**Your assignment**
This exercise asks for a copy of each line in the records below with the word "IFCEXTRUDEDAREASOLID" in it.

Saved data entries
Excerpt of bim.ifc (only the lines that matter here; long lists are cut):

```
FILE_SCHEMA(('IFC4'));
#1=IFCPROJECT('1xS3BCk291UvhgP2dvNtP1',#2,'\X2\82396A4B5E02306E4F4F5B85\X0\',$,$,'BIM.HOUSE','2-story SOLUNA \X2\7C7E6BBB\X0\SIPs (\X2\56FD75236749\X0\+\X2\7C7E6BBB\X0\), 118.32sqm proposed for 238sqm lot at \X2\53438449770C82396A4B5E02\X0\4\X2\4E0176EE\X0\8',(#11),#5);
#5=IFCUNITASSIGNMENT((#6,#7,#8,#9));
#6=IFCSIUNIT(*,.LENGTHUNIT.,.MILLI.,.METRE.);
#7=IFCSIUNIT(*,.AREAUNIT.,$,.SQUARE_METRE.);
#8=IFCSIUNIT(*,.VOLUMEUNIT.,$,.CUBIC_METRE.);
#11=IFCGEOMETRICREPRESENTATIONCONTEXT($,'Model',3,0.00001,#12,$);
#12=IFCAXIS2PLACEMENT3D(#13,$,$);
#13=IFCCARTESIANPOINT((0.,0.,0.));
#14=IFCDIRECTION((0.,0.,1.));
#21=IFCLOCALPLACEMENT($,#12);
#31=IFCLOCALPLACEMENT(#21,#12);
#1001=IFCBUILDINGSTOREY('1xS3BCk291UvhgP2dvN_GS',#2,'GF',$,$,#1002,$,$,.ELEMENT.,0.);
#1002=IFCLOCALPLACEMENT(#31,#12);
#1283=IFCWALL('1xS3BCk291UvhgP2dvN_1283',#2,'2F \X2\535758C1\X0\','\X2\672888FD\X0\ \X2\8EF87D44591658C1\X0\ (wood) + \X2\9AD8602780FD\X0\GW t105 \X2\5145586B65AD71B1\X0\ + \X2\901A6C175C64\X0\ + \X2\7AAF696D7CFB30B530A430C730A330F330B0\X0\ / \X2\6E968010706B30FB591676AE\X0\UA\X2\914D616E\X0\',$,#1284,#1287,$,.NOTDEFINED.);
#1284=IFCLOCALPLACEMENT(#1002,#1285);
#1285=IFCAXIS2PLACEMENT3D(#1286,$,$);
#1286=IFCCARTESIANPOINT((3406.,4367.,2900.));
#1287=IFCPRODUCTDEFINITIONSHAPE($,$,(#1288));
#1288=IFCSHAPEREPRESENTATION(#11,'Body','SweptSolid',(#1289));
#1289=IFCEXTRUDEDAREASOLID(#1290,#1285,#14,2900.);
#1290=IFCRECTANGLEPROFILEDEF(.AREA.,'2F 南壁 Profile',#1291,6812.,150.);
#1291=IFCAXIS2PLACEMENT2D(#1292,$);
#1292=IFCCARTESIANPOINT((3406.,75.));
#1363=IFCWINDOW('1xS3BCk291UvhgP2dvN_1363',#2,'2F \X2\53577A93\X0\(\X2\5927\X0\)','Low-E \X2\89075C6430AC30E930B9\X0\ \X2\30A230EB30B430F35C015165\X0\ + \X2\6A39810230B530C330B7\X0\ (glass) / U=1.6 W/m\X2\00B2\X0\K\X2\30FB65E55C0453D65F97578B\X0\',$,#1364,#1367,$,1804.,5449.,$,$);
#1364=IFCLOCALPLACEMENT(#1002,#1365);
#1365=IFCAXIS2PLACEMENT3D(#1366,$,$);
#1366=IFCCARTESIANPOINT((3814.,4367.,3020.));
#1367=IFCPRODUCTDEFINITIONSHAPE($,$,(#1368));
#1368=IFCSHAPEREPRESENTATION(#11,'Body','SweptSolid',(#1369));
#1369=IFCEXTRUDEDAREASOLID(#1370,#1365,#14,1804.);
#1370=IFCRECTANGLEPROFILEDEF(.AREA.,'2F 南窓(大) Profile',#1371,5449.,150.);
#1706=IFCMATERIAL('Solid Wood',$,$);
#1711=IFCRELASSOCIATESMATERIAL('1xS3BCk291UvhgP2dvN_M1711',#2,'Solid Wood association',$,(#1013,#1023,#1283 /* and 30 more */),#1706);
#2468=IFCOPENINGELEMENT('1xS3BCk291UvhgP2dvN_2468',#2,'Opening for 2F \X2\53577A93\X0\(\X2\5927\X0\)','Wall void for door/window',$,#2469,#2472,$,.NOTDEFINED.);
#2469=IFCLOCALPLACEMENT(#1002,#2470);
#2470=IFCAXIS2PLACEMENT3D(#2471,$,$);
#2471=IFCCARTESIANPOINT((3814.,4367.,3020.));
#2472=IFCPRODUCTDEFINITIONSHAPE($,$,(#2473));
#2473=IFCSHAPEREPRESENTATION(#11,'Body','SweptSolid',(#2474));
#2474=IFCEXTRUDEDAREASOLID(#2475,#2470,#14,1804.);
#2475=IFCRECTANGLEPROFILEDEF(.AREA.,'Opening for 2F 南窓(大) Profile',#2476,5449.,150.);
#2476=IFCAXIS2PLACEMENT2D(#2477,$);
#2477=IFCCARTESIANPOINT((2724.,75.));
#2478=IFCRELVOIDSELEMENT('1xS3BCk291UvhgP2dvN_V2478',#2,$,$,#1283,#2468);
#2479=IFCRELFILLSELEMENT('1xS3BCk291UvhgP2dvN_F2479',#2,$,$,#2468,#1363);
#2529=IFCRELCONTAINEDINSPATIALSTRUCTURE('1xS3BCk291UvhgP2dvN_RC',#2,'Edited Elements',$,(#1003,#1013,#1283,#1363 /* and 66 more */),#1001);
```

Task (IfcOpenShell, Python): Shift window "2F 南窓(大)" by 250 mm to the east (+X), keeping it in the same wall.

```python
import ifcopenshell
import ifcopenshell.api.geometry
import ifcopenshell.util.placement
import ifcopenshell.util.unit

model = ifcopenshell.open("bim.ifc")
unit_scale = ifcopenshell.util.unit.calculate_unit_scale(model)

window = model.by_id(1363)
opening = window.FillsVoids[0].RelatingOpeningElement
wall = opening.VoidsElements[0].RelatingBuildingElement

wall_matrix = ifcopenshell.util.placement.get_local_placement(wall.ObjectPlacement)
shift = wall_matrix[:3, 0] * 0.25 / unit_scale
before = ifcopenshell.util.placement.get_local_placement(window.ObjectPlacement)[:3, 3].copy()

# The window is not placed relative to its opening, so move both.
for product in (opening, window):
    matrix = ifcopenshell.util.placement.get_local_placement(product.ObjectPlacement)
    matrix[:3, 3] += shift
    ifcopenshell.api.geometry.edit_object_placement(model, product=product, matrix=matrix, is_si=False)

after = ifcopenshell.util.placement.get_local_placement(window.ObjectPlacement)[:3, 3]
print("window moved by", (after - before).round(3) + 0.0)

model.write("bim-out.ifc")
```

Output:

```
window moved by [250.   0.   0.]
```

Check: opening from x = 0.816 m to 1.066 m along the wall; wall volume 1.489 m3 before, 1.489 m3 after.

**Answer box**
#1289=IFCEXTRUDEDAREASOLID(#1290,#1285,#14,2900.);
#1369=IFCEXTRUDEDAREASOLID(#1370,#1365,#14,1804.);
#2474=IFCEXTRUDEDAREASOLID(#2475,#2470,#14,1804.);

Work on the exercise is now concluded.